Florida was hit first, and Irma engulfed the entire state. It figured to be the hardest-hit golf-wise but, other than in the Keys, most all the damage done was easily reparable.  In Naples, the Tiburon 36-hole facility had extensive damage done to its Sydney’s Pub, but one course opened in two weeks and the other, which had been undergoing an update, is set to open as scheduled on Nov. 1.


That’s basically as bad as it got in the Sunshine State, which is good news for all concerned with tourist season beginning this month and holiday golf on the horizon. The weather reports about Irma might make tourists reluctant to come to Florida, but they won’t have any problem finding golf courses to play if they make the trip.


Here’s a sampling of how Florida courses survived Irma’s wrath.


PGA Golf Club—the designated winter home of the PGA of America’s 28,000 members in Port St. Lucie—resumed normal operations on Sept. 16, just five days after Irma touched down in Florida, and its PGA Learning Center and dining facilities reopened two days before that. PGA Golf Club encompasses four 18-hole courses but one, the Ryder layout, is undergoing a renovation and won’t re-open until early December.

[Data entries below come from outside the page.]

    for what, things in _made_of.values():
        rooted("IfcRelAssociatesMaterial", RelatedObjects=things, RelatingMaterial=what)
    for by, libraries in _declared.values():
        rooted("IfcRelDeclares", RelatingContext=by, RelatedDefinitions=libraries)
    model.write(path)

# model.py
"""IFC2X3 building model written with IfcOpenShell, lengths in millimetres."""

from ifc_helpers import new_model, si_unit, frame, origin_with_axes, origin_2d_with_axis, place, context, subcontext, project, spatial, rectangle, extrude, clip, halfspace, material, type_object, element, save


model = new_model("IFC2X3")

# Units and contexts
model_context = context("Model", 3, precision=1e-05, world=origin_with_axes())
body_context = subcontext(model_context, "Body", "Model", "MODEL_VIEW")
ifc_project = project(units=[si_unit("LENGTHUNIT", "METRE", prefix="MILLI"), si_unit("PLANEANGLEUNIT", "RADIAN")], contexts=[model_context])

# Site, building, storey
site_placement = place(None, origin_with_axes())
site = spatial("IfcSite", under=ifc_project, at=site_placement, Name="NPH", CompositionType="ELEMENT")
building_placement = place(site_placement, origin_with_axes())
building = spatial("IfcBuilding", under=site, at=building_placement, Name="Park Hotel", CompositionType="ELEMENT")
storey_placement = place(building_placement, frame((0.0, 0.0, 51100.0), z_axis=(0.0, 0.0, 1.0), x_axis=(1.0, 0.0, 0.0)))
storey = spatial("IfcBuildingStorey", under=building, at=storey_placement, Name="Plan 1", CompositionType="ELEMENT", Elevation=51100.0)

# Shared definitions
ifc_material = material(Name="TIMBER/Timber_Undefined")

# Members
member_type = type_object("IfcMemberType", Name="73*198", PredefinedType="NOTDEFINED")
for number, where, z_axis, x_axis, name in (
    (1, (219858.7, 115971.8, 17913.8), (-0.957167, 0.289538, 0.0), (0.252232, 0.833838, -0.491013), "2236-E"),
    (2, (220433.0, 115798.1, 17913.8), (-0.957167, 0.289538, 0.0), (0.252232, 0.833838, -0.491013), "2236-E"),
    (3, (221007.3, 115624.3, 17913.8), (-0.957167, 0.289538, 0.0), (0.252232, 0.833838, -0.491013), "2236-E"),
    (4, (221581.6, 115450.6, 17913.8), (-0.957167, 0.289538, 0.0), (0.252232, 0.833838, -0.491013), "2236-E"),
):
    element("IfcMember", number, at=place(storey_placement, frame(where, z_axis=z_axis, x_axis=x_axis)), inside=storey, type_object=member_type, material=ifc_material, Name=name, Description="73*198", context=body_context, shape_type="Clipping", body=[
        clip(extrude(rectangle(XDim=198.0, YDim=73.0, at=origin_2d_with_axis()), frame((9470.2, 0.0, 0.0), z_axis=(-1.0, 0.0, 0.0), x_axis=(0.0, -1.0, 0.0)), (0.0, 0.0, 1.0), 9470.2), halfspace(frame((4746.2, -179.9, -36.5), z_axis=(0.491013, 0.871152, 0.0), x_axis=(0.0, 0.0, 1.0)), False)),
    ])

“We were fortunate in terms of the amount of damage at our facility, and our staff did an incredible job with the cleanup,” said Jimmy Terry, PGA Golf Club’s general manager.


The Evergreen Club, a popular nearby public facility in Palm City, had the most eye-catching damage – a huge tree that was uprooted on its fourth hole – but golfers resumed play on nine holes of the course after only two days of cleanup and it’s now completely open, though there’s still signs of tree damage.

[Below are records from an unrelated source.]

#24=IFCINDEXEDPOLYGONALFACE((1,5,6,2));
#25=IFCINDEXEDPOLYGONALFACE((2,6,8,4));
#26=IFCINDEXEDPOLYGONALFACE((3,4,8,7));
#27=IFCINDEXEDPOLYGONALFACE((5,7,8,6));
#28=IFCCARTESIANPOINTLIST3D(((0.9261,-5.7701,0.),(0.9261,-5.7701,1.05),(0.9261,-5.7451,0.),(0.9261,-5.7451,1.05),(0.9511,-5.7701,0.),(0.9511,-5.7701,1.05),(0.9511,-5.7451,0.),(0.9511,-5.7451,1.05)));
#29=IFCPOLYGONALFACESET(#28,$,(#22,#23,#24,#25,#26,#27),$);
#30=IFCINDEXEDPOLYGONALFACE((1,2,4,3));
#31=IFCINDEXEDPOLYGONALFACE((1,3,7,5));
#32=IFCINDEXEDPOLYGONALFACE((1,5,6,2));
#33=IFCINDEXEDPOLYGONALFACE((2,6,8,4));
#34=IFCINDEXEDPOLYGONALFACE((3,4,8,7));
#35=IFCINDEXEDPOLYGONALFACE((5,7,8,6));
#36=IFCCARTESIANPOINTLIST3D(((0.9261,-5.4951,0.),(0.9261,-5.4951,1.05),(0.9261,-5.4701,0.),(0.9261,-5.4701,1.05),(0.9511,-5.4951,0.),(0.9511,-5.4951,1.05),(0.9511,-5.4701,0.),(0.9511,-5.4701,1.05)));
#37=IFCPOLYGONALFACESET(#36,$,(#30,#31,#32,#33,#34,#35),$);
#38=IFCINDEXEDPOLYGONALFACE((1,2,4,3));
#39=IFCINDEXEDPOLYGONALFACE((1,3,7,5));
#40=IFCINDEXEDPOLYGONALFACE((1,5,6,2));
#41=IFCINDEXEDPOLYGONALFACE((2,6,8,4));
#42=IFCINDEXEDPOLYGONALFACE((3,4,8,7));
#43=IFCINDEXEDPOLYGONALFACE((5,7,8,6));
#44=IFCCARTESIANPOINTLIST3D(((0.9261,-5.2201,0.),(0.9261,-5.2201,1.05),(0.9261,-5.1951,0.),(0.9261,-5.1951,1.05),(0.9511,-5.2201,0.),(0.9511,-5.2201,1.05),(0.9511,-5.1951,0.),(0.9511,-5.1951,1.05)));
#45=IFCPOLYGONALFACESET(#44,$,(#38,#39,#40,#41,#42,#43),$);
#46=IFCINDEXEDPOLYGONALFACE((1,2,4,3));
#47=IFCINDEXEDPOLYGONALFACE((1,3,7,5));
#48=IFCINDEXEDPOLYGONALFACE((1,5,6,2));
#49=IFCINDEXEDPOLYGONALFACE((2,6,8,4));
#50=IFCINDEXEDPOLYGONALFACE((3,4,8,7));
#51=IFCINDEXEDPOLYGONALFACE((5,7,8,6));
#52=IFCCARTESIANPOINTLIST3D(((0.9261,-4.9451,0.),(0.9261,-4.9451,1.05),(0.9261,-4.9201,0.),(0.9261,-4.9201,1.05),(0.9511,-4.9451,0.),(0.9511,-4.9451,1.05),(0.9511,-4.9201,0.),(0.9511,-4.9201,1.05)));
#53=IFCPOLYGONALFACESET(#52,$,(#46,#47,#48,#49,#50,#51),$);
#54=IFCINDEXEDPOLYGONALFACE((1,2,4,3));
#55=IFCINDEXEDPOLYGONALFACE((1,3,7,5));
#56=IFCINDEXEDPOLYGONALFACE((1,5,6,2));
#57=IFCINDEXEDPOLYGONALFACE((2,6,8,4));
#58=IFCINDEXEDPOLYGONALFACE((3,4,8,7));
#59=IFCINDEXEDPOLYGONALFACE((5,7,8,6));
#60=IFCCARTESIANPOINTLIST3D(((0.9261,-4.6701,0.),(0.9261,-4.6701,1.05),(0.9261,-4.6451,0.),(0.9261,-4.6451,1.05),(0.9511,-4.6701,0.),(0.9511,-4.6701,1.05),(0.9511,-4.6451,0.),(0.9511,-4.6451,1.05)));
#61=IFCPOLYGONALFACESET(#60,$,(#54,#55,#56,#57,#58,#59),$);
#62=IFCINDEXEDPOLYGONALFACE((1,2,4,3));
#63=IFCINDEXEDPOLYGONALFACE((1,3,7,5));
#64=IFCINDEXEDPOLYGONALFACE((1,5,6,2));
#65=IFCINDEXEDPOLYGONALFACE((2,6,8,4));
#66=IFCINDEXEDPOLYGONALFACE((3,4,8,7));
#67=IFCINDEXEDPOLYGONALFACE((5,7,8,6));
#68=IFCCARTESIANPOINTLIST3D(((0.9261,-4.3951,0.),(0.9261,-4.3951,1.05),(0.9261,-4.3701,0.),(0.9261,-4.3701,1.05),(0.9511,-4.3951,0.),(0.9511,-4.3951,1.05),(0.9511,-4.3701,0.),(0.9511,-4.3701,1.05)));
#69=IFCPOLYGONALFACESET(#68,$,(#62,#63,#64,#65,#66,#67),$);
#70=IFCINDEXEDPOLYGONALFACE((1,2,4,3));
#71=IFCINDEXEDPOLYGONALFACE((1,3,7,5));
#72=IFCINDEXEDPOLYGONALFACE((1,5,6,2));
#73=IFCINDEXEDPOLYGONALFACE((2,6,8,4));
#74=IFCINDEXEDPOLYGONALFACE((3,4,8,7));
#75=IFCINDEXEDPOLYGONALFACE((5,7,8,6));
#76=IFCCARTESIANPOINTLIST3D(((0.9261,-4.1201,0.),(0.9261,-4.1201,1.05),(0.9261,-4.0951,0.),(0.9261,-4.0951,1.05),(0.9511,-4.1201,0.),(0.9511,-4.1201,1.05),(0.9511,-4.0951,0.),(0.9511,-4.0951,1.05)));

More than 250 trees went down at Innisbrook Resort & Golf Club, home of the PGA Tour’s Valspar Championship in March, but three of the courses re-opened quickly. None of the downed trees landed on a green or a tee box. Innisbrook’s North course was undergoing a renovation when Irma paid her visit, but its re-opening is planned for early November.


TPC Sawgrass, home of the PGA Tour’s Players Championship in Ponte Vedra, was hit harder, though only 200 trees went down. Dye’s Valley was re-opened first and The Players’ Stadium Course opened on Friday.

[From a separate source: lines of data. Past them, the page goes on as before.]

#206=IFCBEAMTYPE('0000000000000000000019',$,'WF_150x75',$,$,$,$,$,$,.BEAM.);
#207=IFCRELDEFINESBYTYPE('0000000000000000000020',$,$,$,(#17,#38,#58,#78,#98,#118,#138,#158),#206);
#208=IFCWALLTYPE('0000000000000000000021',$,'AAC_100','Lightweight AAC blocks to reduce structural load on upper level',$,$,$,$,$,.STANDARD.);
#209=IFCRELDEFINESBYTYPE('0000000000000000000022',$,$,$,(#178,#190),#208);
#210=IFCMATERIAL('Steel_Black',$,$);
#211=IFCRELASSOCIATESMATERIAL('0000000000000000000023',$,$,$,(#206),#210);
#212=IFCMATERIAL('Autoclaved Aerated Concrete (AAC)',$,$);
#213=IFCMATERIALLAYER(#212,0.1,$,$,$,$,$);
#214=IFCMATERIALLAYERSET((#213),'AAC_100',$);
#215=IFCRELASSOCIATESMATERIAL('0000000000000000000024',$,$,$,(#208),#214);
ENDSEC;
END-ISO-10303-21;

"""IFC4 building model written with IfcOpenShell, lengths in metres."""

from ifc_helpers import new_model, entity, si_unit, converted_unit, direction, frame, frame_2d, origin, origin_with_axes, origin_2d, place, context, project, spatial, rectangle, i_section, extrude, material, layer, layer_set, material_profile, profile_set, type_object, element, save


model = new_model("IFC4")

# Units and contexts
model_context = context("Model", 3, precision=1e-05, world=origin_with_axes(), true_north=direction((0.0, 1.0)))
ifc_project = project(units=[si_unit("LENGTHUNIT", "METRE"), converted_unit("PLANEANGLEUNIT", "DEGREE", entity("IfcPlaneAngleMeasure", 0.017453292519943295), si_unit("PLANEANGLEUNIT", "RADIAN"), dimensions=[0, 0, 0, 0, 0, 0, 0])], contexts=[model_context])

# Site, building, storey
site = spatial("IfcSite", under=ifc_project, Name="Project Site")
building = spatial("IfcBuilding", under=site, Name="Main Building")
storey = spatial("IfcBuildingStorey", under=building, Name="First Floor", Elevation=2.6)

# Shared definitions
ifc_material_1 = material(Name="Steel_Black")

LPGA International Golf Club, a few miles south of Sawgrass off I-95, wasn’t hit nearly as hard as the PGA Tour headquarters were. Kate Holcomb, of the Daytona Beach Area Visitors and Convention Bureau, reported the damage throughout Daytona’s 20-plus courses as “cosmetic, requiring cleanup but not long-term recovery.”


Mike Glenn, general manager of LPGA International, said all that resort’s courses but one were open after only a couple days of cleanup, and the well-regarded Jones Course opened last week after a summer greens’ renovation project was completed.


“The courses are in great shape. You wouldn’t know there was a storm,” said Glenn.


Sailfish Point Golf Club, in Stuart—a waterfront community in the southern part of the state—closed two days before Irma arrived and opened a few days after Irma left.


The more centrally-located facilities didn’t feel the brunt of Irma. Reunion Resort, which has three courses in Orlando, needed only one day for cleanup before re-opening.  Streamsong, near Lakeland, was fully operational on its Red and Blue courses, and the new Black Course opened on Friday.


There was some serious flooding in the Orlando area, but such courses as Grand Cypress Golf Club and Shingle Creek Golf Club had no trouble getting back in operation.


Another of our personal favorites, Mission Inn Resort & Golf Club in Howey-in-the-Hills, had only minimal damage on its El Campeon and Las Colinas courses but was very much involved in the hurricane recovery effort. The resort housed a number of energy company employees, and even transformed its ballroom into a makeshift shelter for 200 senior citizens forced to evacuate a nearby assisted living facility.


Hammock Beach, in Palm Coast, had its Conservatory course open three days after Irma hit. That resort also provided lodging for over 50 of its employees and their families who didn’t feel safe in their homes during the storm. Hammock’s Jack Nicklaus-designed Ocean Course, though, remains closed. Last year’s visit from Hurricane Andrew created severe damage there and the recovery plan was upgraded to a restoration, leaving the course closed for a year. It’s expected to open later this fall.